### [WORK REQUEST]
Up to and including the line that contains "#23=IFCLOCALPLACEMENT(#13,#18);", reproduce every line exactly, beginning with the first line below.
══ DATA TO PROCESS
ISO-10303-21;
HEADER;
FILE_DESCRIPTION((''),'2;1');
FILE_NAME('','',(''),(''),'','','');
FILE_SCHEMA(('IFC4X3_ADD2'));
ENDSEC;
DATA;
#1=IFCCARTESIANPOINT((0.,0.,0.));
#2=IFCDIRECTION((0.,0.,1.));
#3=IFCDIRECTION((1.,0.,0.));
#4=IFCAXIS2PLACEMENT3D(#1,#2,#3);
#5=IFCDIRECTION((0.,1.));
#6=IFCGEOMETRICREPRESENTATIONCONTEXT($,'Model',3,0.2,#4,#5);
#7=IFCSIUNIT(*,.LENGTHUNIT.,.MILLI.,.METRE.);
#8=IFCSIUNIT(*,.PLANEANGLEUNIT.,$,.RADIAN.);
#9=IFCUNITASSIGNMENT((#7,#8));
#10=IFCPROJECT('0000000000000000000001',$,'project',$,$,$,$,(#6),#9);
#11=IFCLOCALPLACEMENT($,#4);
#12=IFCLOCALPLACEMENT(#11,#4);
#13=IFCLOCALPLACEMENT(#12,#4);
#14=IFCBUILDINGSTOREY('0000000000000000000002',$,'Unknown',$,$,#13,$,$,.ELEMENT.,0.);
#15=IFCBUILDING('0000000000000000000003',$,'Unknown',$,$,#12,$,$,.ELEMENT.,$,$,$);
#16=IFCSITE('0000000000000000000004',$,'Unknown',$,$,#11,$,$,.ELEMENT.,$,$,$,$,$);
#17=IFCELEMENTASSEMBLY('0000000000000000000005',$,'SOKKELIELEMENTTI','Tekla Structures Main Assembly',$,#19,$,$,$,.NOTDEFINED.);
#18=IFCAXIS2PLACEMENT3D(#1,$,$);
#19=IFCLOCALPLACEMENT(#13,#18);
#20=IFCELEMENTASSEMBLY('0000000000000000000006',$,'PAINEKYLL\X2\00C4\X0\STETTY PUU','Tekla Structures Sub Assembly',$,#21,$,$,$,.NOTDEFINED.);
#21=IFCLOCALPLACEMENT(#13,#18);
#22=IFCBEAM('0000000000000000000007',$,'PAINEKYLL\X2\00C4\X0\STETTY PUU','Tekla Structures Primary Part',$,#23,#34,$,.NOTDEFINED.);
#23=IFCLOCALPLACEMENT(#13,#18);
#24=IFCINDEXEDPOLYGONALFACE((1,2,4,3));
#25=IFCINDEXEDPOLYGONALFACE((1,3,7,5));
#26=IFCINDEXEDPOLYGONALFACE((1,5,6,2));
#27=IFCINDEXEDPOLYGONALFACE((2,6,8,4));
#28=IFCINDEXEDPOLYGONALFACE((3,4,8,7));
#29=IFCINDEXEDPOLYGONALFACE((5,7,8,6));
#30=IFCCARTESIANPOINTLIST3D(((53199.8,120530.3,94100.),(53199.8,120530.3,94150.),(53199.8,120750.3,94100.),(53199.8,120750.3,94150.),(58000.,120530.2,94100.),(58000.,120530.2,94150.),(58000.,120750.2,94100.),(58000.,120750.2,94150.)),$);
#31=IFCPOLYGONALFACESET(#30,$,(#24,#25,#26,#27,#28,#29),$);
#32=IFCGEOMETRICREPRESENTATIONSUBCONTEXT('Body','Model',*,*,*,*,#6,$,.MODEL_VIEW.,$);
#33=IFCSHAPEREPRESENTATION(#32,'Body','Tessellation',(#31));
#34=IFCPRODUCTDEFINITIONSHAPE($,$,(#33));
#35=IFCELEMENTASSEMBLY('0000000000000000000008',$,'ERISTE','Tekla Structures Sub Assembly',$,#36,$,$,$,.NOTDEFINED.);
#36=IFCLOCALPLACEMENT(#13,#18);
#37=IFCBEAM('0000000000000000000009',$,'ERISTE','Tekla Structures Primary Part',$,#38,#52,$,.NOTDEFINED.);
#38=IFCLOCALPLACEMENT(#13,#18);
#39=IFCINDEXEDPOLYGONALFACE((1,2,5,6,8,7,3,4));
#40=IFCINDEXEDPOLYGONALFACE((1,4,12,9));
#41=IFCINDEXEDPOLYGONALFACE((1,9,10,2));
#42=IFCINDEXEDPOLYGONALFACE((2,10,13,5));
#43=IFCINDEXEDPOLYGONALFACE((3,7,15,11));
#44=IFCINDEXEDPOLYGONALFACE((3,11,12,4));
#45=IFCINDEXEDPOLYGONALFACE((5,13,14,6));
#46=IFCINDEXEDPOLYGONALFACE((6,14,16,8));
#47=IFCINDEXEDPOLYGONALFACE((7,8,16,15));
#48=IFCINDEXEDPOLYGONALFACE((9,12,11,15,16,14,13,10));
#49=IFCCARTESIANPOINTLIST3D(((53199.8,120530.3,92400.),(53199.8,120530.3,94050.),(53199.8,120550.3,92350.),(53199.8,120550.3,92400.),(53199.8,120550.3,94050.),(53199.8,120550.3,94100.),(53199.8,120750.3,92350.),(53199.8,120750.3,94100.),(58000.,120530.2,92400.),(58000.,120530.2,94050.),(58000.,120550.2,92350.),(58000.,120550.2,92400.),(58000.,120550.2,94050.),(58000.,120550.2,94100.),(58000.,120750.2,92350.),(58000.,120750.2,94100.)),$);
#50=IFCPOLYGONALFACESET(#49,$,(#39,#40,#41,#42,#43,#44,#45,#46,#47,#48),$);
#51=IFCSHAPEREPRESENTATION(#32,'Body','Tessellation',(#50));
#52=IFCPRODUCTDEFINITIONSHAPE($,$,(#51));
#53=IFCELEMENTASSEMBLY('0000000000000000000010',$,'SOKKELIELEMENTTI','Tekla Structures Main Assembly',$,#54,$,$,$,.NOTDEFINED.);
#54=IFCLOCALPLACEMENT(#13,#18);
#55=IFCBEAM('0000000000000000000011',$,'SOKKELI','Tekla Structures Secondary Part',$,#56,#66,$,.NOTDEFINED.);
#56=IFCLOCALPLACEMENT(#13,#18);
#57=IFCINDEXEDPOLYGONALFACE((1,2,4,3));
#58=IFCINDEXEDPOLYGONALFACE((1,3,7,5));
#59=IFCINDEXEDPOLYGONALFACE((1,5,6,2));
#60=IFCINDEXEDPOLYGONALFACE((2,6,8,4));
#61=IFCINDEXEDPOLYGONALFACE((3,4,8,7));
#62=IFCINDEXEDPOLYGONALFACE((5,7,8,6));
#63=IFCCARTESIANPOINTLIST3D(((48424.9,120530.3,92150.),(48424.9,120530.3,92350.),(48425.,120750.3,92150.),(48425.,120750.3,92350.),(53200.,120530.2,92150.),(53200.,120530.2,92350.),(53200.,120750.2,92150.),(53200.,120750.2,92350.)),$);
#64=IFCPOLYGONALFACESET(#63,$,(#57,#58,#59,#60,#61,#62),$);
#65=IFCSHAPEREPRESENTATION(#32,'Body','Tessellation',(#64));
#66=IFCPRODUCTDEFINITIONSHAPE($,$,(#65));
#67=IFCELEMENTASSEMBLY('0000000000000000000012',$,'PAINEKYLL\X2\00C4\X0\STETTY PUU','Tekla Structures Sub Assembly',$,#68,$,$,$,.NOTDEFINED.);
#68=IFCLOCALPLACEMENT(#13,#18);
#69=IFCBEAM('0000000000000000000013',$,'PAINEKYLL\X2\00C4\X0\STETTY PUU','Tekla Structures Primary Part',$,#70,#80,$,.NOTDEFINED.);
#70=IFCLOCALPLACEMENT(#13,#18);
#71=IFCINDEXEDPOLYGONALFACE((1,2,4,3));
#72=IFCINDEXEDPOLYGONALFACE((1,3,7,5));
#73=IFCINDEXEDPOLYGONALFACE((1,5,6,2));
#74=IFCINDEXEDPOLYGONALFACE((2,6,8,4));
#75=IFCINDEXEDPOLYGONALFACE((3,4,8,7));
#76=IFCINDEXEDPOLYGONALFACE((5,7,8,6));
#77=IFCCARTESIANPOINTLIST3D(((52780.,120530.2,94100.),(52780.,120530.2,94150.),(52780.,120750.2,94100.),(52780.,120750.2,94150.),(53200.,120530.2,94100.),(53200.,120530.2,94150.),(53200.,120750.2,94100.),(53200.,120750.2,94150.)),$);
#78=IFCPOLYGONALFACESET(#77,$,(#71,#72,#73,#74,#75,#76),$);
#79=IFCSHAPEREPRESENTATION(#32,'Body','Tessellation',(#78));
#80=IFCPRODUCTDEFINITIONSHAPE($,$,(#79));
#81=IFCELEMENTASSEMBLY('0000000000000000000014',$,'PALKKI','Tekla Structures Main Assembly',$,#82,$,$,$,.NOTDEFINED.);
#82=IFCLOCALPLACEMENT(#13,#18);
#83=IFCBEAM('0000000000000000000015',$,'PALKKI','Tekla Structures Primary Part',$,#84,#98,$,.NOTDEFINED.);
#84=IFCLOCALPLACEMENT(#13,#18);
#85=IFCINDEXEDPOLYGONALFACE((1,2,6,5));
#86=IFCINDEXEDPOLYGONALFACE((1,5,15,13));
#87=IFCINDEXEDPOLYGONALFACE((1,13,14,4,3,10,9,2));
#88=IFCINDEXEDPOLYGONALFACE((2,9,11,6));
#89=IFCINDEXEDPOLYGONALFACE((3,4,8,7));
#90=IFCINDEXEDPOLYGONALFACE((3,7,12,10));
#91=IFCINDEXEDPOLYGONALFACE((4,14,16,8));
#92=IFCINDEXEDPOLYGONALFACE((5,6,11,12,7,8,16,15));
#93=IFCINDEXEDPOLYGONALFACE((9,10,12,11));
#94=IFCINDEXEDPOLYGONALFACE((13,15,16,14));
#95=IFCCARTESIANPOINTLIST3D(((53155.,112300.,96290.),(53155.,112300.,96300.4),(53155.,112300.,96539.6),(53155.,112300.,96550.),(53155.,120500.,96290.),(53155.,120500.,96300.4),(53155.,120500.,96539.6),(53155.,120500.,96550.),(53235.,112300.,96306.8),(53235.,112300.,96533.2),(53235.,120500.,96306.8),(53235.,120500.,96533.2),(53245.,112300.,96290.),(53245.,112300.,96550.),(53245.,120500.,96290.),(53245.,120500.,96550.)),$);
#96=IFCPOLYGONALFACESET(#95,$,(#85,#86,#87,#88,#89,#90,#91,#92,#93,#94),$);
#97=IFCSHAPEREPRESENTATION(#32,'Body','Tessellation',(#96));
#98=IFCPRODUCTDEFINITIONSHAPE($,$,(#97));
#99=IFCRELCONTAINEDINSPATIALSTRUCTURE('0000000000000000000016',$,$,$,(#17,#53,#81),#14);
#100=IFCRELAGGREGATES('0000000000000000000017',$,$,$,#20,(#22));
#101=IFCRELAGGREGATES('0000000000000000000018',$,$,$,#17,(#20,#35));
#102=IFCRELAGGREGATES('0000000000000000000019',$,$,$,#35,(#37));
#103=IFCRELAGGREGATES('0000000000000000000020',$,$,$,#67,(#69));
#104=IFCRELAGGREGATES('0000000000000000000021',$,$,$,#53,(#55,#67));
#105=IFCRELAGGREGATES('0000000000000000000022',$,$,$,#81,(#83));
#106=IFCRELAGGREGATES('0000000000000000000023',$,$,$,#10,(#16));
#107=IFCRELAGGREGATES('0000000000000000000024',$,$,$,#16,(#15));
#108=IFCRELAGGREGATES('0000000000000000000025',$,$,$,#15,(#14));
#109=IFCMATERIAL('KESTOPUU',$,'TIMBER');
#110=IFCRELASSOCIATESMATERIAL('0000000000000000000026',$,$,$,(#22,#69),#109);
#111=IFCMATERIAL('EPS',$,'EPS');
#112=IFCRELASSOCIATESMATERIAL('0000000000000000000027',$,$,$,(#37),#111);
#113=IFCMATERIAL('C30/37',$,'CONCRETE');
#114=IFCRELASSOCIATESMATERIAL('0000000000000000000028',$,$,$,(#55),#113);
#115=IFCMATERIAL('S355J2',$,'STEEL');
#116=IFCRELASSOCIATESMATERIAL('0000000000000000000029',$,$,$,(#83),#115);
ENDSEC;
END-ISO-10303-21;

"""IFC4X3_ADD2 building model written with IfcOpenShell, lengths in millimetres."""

from ifc_helpers import new_model, si_unit, direction, frame, origin_with_axes, place, context, subcontext, project, spatial, line, indexed_curve, outline, extrude, material, element, aggregate, save


model = new_model("IFC4X3_ADD2")

# Units and contexts
model_context = context("Model", 3, precision=0.2, world=origin_with_axes(), true_north=direction((0.0, 1.0)))
body_context = subcontext(model_context, "Body", "Model", "MODEL_VIEW")
ifc_project = project(units=[si_unit("LENGTHUNIT", "METRE", prefix="MILLI"), si_unit("PLANEANGLEUNIT", "RADIAN")], contexts=[model_context])

# Site, building, storey
site_placement = place(None, origin_with_axes())
site = spatial("IfcSite", under=ifc_project, at=site_placement, Name="Unknown", CompositionType="ELEMENT")
building_placement = place(site_placement, origin_with_axes())
building = spatial("IfcBuilding", under=site, at=building_placement, Name="Unknown", CompositionType="ELEMENT")
storey_placement = place(building_placement, origin_with_axes())
storey = spatial("IfcBuildingStorey", under=building, at=storey_placement, Name="Unknown", CompositionType="ELEMENT", Elevation=0.0)

# Shared definitions
ifc_material_1 = material(Name="C30/37", Category="CONCRETE")

# Element assemblies, beams, voiding features
assembly_1_placement = place(storey_placement, frame((58000.0, 120810.2, 93150.0), z_axis=(0.000027, 1.0, 0.0), x_axis=(-1.0, 0.000027, 0.0)))
assembly_1 = element("IfcElementAssembly", 1, at=assembly_1_placement, inside=storey, Name="SOKKELIELEMENTTI", Description="Tekla Structures Main Assembly", PredefinedType="NOTDEFINED")
assembly_2_placement = place(assembly_1_placement, frame((0.0, 975.0, -170.0), z_axis=(0.0, -1.0, 0.0), x_axis=(1.0, 0.0, 0.0)))
assembly_2 = element("IfcElementAssembly", 2, at=assembly_2_placement, Name="PAINEKYLLÄSTETTY PUU", Description="Tekla Structures Sub Assembly", PredefinedType="NOTDEFINED")
ifc_material_2 = material(Name="KESTOPUU", Category="TIMBER")
beam_1_placement = place(assembly_2_placement, origin_with_axes())
beam_1 = element("IfcBeam", 3, at=beam_1_placement, material=ifc_material_2, Name="PAINEKYLLÄSTETTY PUU", Description="Tekla Structures Primary Part", PredefinedType="NOTDEFINED", context=body_context, shape_type="SolidModel", body=[
    extrude(outline(indexed_curve([(-25.0, -110.0), (25.0, -110.0), (25.0, 110.0), (-25.0, 110.0)], segments=[line(1, 2, 3, 4, 1)])), frame((0.0, 0.0, 0.0), z_axis=(-1.0, 0.0, 0.0), x_axis=(0.0, 0.0, 1.0)), (0.0, 0.0, -1.0), 4800.1),
])
aggregate(assembly_2, [beam_1])
assembly_3_placement = place(assembly_1_placement, frame((0.0, 75.0, -170.0), z_axis=(0.0, 0.0, 1.0), x_axis=(1.0, 0.0, 0.0)))
assembly_3 = element("IfcElementAssembly", 4, at=assembly_3_placement, Name="ERISTE", Description="Tekla Structures Sub Assembly", PredefinedType="NOTDEFINED")
aggregate(assembly_1, [assembly_2, assembly_3])
ifc_material_3 = material(Name="EPS", Category="EPS")
beam_2_placement = place(assembly_3_placement, origin_with_axes())
beam_2 = element("IfcBeam", 5, at=beam_2_placement, material=ifc_material_3, Name="ERISTE", Description="Tekla Structures Primary Part", PredefinedType="NOTDEFINED", context=body_context, shape_type="SolidModel", body=[
    extrude(outline(indexed_curve([(-110.0, -875.0), (110.0, -875.0), (110.0, 875.0), (-110.0, 875.0)], segments=[line(1, 2, 3, 4, 1)])), frame((0.0, 0.0, 0.0), z_axis=(-1.0, 0.0, 0.0), x_axis=(0.0, 0.0, 1.0)), (0.0, 0.0, -1.0), 4800.1),
])
voiding_feature_1_placement = place(beam_2_placement, frame((-1.0, 850.0, -100.0), z_axis=(0.0, 0.0, 1.0), x_axis=(1.0, 0.0, 0.0)))
element("IfcVoidingFeature", 6, at=voiding_feature_1_placement, cuts=beam_2, PredefinedType="HOLE", context=body_context, shape_type="SolidModel", body=[
    extrude(outline(indexed_curve([(-10.0, -25.0), (10.0, -25.0), (10.0, 25.0), (-10.0, 25.0)], segments=[line(1, 2, 3, 4, 1)])), frame((0.0, 0.0, 0.0), z_axis=(-1.0, 0.0, 0.0), x_axis=(0.0, 0.0, 1.0)), (0.0, 0.0, -1.0), 4802.1),
])
voiding_feature_2_placement = place(beam_2_placement, frame((-1.0, -850.0, -100.0), z_axis=(0.0, 0.0, 1.0), x_axis=(1.0, 0.0, 0.0)))
element("IfcVoidingFeature", 7, at=voiding_feature_2_placement, cuts=beam_2, PredefinedType="HOLE", context=body_context, shape_type="SolidModel", body=[
    extrude(outline(indexed_curve([(-10.0, -25.0), (10.0, -25.0), (10.0, 25.0), (-10.0, 25.0)], segments=[line(1, 2, 3, 4, 1)])), frame((0.0, 0.0, 0.0), z_axis=(-1.0, 0.0, 0.0), x_axis=(0.0, 0.0, 1.0)), (0.0, 0.0, -1.0), 4802.1),
])
aggregate(assembly_3, [beam_2])
assembly_4_placement = place(storey_placement, frame((53200.0, 120810.2, 93150.0), z_axis=(0.000031, 1.0, 0.0), x_axis=(-1.0, 0.000031, 0.0)))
════
### [WRITTEN ANSWER]
ISO-10303-21;
HEADER;
FILE_DESCRIPTION((''),'2;1');
FILE_NAME('','',(''),(''),'','','');
FILE_SCHEMA(('IFC4X3_ADD2'));
ENDSEC;
DATA;
#1=IFCCARTESIANPOINT((0.,0.,0.));
#2=IFCDIRECTION((0.,0.,1.));
#3=IFCDIRECTION((1.,0.,0.));
#4=IFCAXIS2PLACEMENT3D(#1,#2,#3);
#5=IFCDIRECTION((0.,1.));
#6=IFCGEOMETRICREPRESENTATIONCONTEXT($,'Model',3,0.2,#4,#5);
#7=IFCSIUNIT(*,.LENGTHUNIT.,.MILLI.,.METRE.);
#8=IFCSIUNIT(*,.PLANEANGLEUNIT.,$,.RADIAN.);
#9=IFCUNITASSIGNMENT((#7,#8));
#10=IFCPROJECT('0000000000000000000001',$,'project',$,$,$,$,(#6),#9);
#11=IFCLOCALPLACEMENT($,#4);
#12=IFCLOCALPLACEMENT(#11,#4);
#13=IFCLOCALPLACEMENT(#12,#4);
#14=IFCBUILDINGSTOREY('0000000000000000000002',$,'Unknown',$,$,#13,$,$,.ELEMENT.,0.);
#15=IFCBUILDING('0000000000000000000003',$,'Unknown',$,$,#12,$,$,.ELEMENT.,$,$,$);
#16=IFCSITE('0000000000000000000004',$,'Unknown',$,$,#11,$,$,.ELEMENT.,$,$,$,$,$);
#17=IFCELEMENTASSEMBLY('0000000000000000000005',$,'SOKKELIELEMENTTI','Tekla Structures Main Assembly',$,#19,$,$,$,.NOTDEFINED.);
#18=IFCAXIS2PLACEMENT3D(#1,$,$);
#19=IFCLOCALPLACEMENT(#13,#18);
#20=IFCELEMENTASSEMBLY('0000000000000000000006',$,'PAINEKYLL\X2\00C4\X0\STETTY PUU','Tekla Structures Sub Assembly',$,#21,$,$,$,.NOTDEFINED.);
#21=IFCLOCALPLACEMENT(#13,#18);
#22=IFCBEAM('0000000000000000000007',$,'PAINEKYLL\X2\00C4\X0\STETTY PUU','Tekla Structures Primary Part',$,#23,#34,$,.NOTDEFINED.);
#23=IFCLOCALPLACEMENT(#13,#18);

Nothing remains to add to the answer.